**RECORDS PROVIDED**
Start of Block
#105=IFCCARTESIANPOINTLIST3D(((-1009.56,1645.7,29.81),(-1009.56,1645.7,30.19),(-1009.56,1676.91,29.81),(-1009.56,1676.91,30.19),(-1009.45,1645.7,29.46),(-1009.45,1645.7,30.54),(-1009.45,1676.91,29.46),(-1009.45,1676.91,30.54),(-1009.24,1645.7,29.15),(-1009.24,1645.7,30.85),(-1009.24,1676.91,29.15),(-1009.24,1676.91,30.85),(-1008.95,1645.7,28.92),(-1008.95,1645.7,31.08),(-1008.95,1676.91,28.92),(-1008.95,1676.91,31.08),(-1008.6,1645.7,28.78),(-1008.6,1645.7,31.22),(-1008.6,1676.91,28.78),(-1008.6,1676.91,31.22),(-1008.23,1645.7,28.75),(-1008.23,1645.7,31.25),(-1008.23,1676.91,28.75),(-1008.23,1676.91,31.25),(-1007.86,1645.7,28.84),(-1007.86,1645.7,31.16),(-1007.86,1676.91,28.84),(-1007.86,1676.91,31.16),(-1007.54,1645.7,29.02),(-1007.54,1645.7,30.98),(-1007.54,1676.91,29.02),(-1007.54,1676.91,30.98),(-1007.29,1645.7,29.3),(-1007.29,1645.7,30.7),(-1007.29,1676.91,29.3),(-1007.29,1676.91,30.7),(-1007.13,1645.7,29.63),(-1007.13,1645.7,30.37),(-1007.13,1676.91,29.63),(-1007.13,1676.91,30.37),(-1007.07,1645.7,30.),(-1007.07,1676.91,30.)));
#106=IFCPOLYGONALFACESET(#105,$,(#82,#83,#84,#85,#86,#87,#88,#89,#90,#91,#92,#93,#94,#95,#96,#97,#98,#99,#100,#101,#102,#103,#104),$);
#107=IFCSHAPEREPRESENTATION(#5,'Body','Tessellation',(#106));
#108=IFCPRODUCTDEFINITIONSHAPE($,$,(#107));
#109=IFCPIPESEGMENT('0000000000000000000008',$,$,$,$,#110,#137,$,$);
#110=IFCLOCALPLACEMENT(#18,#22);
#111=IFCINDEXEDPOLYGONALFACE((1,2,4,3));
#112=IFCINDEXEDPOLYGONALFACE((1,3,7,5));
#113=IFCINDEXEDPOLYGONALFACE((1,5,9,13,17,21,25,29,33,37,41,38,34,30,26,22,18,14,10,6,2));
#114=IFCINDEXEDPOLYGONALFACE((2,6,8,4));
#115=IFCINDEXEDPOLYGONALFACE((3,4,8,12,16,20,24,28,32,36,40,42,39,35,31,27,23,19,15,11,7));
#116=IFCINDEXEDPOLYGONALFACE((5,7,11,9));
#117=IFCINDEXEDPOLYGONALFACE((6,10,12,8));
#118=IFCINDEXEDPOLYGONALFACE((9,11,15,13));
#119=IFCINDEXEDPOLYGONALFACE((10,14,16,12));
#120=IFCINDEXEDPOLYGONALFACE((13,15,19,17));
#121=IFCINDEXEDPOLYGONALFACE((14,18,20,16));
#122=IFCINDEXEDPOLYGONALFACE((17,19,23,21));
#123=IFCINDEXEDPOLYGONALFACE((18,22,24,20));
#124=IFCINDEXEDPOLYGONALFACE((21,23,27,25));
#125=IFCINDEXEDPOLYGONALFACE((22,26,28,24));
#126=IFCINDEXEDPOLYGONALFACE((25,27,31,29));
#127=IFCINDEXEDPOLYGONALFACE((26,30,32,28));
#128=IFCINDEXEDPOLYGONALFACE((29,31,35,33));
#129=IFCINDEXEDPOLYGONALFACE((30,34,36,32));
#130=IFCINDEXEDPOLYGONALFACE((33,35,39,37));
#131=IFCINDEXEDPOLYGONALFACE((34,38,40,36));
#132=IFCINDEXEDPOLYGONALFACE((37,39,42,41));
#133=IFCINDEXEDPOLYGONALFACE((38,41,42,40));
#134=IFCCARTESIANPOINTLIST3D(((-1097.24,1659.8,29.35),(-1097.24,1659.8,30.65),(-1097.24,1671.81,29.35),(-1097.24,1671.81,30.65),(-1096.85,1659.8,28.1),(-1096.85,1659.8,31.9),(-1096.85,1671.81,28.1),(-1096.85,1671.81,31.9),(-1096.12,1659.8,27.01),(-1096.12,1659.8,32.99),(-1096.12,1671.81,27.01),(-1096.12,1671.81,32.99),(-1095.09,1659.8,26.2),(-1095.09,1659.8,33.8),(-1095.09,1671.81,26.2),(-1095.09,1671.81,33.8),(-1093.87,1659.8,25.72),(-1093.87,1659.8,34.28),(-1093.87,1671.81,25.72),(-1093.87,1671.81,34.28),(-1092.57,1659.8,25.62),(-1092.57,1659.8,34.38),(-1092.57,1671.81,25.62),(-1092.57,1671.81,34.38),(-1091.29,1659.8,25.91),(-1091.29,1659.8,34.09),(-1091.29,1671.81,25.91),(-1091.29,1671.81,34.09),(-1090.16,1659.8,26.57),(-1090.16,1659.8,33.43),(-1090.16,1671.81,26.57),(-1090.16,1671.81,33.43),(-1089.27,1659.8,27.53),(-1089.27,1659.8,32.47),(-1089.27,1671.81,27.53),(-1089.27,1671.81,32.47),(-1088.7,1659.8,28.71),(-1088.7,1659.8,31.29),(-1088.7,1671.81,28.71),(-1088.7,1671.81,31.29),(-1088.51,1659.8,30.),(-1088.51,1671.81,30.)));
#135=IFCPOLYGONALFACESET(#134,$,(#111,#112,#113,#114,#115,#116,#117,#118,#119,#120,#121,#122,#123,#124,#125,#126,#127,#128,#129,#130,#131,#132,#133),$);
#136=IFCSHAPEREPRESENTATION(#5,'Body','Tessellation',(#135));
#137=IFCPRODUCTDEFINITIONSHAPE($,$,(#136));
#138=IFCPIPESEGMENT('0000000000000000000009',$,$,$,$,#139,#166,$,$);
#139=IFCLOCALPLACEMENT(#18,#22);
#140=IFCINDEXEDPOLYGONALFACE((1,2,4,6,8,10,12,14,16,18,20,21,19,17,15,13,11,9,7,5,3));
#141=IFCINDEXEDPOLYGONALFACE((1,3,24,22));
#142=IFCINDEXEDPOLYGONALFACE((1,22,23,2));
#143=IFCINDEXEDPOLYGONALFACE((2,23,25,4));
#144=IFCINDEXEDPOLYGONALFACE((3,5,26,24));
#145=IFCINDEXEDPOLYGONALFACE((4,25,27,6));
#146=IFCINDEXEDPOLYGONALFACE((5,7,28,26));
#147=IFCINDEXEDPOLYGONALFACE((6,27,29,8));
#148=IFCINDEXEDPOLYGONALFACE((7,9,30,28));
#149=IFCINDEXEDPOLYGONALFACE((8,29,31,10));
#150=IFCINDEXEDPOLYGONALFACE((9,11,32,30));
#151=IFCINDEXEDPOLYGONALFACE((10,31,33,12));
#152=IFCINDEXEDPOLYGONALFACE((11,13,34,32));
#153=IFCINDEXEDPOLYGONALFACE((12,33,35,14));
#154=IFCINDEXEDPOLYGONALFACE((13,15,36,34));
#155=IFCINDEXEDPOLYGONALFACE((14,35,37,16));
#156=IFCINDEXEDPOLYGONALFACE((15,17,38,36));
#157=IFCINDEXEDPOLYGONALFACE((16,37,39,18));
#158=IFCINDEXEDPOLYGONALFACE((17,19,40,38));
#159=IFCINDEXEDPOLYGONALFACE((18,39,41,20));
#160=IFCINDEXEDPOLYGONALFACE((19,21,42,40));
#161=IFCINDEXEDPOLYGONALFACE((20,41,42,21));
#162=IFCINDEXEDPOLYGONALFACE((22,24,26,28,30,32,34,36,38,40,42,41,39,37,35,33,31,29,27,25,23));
End of Block
**WHAT THE TASK REQUIRES**
All of the data above must be set down again exactly.

**REPLY**
#105=IFCCARTESIANPOINTLIST3D(((-1009.56,1645.7,29.81),(-1009.56,1645.7,30.19),(-1009.56,1676.91,29.81),(-1009.56,1676.91,30.19),(-1009.45,1645.7,29.46),(-1009.45,1645.7,30.54),(-1009.45,1676.91,29.46),(-1009.45,1676.91,30.54),(-1009.24,1645.7,29.15),(-1009.24,1645.7,30.85),(-1009.24,1676.91,29.15),(-1009.24,1676.91,30.85),(-1008.95,1645.7,28.92),(-1008.95,1645.7,31.08),(-1008.95,1676.91,28.92),(-1008.95,1676.91,31.08),(-1008.6,1645.7,28.78),(-1008.6,1645.7,31.22),(-1008.6,1676.91,28.78),(-1008.6,1676.91,31.22),(-1008.23,1645.7,28.75),(-1008.23,1645.7,31.25),(-1008.23,1676.91,28.75),(-1008.23,1676.91,31.25),(-1007.86,1645.7,28.84),(-1007.86,1645.7,31.16),(-1007.86,1676.91,28.84),(-1007.86,1676.91,31.16),(-1007.54,1645.7,29.02),(-1007.54,1645.7,30.98),(-1007.54,1676.91,29.02),(-1007.54,1676.91,30.98),(-1007.29,1645.7,29.3),(-1007.29,1645.7,30.7),(-1007.29,1676.91,29.3),(-1007.29,1676.91,30.7),(-1007.13,1645.7,29.63),(-1007.13,1645.7,30.37),(-1007.13,1676.91,29.63),(-1007.13,1676.91,30.37),(-1007.07,1645.7,30.),(-1007.07,1676.91,30.)));
#106=IFCPOLYGONALFACESET(#105,$,(#82,#83,#84,#85,#86,#87,#88,#89,#90,#91,#92,#93,#94,#95,#96,#97,#98,#99,#100,#101,#102,#103,#104),$);
#107=IFCSHAPEREPRESENTATION(#5,'Body','Tessellation',(#106));
#108=IFCPRODUCTDEFINITIONSHAPE($,$,(#107));
#109=IFCPIPESEGMENT('0000000000000000000008',$,$,$,$,#110,#137,$,$);
#110=IFCLOCALPLACEMENT(#18,#22);
#111=IFCINDEXEDPOLYGONALFACE((1,2,4,3));
#112=IFCINDEXEDPOLYGONALFACE((1,3,7,5));
#113=IFCINDEXEDPOLYGONALFACE((1,5,9,13,17,21,25,29,33,37,41,38,34,30,26,22,18,14,10,6,2));
#114=IFCINDEXEDPOLYGONALFACE((2,6,8,4));
#115=IFCINDEXEDPOLYGONALFACE((3,4,8,12,16,20,24,28,32,36,40,42,39,35,31,27,23,19,15,11,7));
#116=IFCINDEXEDPOLYGONALFACE((5,7,11,9));
#117=IFCINDEXEDPOLYGONALFACE((6,10,12,8));
#118=IFCINDEXEDPOLYGONALFACE((9,11,15,13));
#119=IFCINDEXEDPOLYGONALFACE((10,14,16,12));
#120=IFCINDEXEDPOLYGONALFACE((13,15,19,17));
#121=IFCINDEXEDPOLYGONALFACE((14,18,20,16));
#122=IFCINDEXEDPOLYGONALFACE((17,19,23,21));
#123=IFCINDEXEDPOLYGONALFACE((18,22,24,20));
#124=IFCINDEXEDPOLYGONALFACE((21,23,27,25));
#125=IFCINDEXEDPOLYGONALFACE((22,26,28,24));
#126=IFCINDEXEDPOLYGONALFACE((25,27,31,29));
#127=IFCINDEXEDPOLYGONALFACE((26,30,32,28));
#128=IFCINDEXEDPOLYGONALFACE((29,31,35,33));
#129=IFCINDEXEDPOLYGONALFACE((30,34,36,32));
#130=IFCINDEXEDPOLYGONALFACE((33,35,39,37));
#131=IFCINDEXEDPOLYGONALFACE((34,38,40,36));
#132=IFCINDEXEDPOLYGONALFACE((37,39,42,41));
#133=IFCINDEXEDPOLYGONALFACE((38,41,42,40));
#134=IFCCARTESIANPOINTLIST3D(((-1097.24,1659.8,29.35),(-1097.24,1659.8,30.65),(-1097.24,1671.81,29.35),(-1097.24,1671.81,30.65),(-1096.85,1659.8,28.1),(-1096.85,1659.8,31.9),(-1096.85,1671.81,28.1),(-1096.85,1671.81,31.9),(-1096.12,1659.8,27.01),(-1096.12,1659.8,32.99),(-1096.12,1671.81,27.01),(-1096.12,1671.81,32.99),(-1095.09,1659.8,26.2),(-1095.09,1659.8,33.8),(-1095.09,1671.81,26.2),(-1095.09,1671.81,33.8),(-1093.87,1659.8,25.72),(-1093.87,1659.8,34.28),(-1093.87,1671.81,25.72),(-1093.87,1671.81,34.28),(-1092.57,1659.8,25.62),(-1092.57,1659.8,34.38),(-1092.57,1671.81,25.62),(-1092.57,1671.81,34.38),(-1091.29,1659.8,25.91),(-1091.29,1659.8,34.09),(-1091.29,1671.81,25.91),(-1091.29,1671.81,34.09),(-1090.16,1659.8,26.57),(-1090.16,1659.8,33.43),(-1090.16,1671.81,26.57),(-1090.16,1671.81,33.43),(-1089.27,1659.8,27.53),(-1089.27,1659.8,32.47),(-1089.27,1671.81,27.53),(-1089.27,1671.81,32.47),(-1088.7,1659.8,28.71),(-1088.7,1659.8,31.29),(-1088.7,1671.81,28.71),(-1088.7,1671.81,31.29),(-1088.51,1659.8,30.),(-1088.51,1671.81,30.)));
#135=IFCPOLYGONALFACESET(#134,$,(#111,#112,#113,#114,#115,#116,#117,#118,#119,#120,#121,#122,#123,#124,#125,#126,#127,#128,#129,#130,#131,#132,#133),$);
#136=IFCSHAPEREPRESENTATION(#5,'Body','Tessellation',(#135));
#137=IFCPRODUCTDEFINITIONSHAPE($,$,(#136));
#138=IFCPIPESEGMENT('0000000000000000000009',$,$,$,$,#139,#166,$,$);
#139=IFCLOCALPLACEMENT(#18,#22);
#140=IFCINDEXEDPOLYGONALFACE((1,2,4,6,8,10,12,14,16,18,20,21,19,17,15,13,11,9,7,5,3));
#141=IFCINDEXEDPOLYGONALFACE((1,3,24,22));
#142=IFCINDEXEDPOLYGONALFACE((1,22,23,2));
#143=IFCINDEXEDPOLYGONALFACE((2,23,25,4));
#144=IFCINDEXEDPOLYGONALFACE((3,5,26,24));
#145=IFCINDEXEDPOLYGONALFACE((4,25,27,6));
#146=IFCINDEXEDPOLYGONALFACE((5,7,28,26));
#147=IFCINDEXEDPOLYGONALFACE((6,27,29,8));
#148=IFCINDEXEDPOLYGONALFACE((7,9,30,28));
#149=IFCINDEXEDPOLYGONALFACE((8,29,31,10));
#150=IFCINDEXEDPOLYGONALFACE((9,11,32,30));
#151=IFCINDEXEDPOLYGONALFACE((10,31,33,12));
#152=IFCINDEXEDPOLYGONALFACE((11,13,34,32));
#153=IFCINDEXEDPOLYGONALFACE((12,33,35,14));
#154=IFCINDEXEDPOLYGONALFACE((13,15,36,34));
#155=IFCINDEXEDPOLYGONALFACE((14,35,37,16));
#156=IFCINDEXEDPOLYGONALFACE((15,17,38,36));
#157=IFCINDEXEDPOLYGONALFACE((16,37,39,18));
#158=IFCINDEXEDPOLYGONALFACE((17,19,40,38));
#159=IFCINDEXEDPOLYGONALFACE((18,39,41,20));
#160=IFCINDEXEDPOLYGONALFACE((19,21,42,40));
#161=IFCINDEXEDPOLYGONALFACE((20,41,42,21));
#162=IFCINDEXEDPOLYGONALFACE((22,24,26,28,30,32,34,36,38,40,42,41,39,37,35,33,31,29,27,25,23));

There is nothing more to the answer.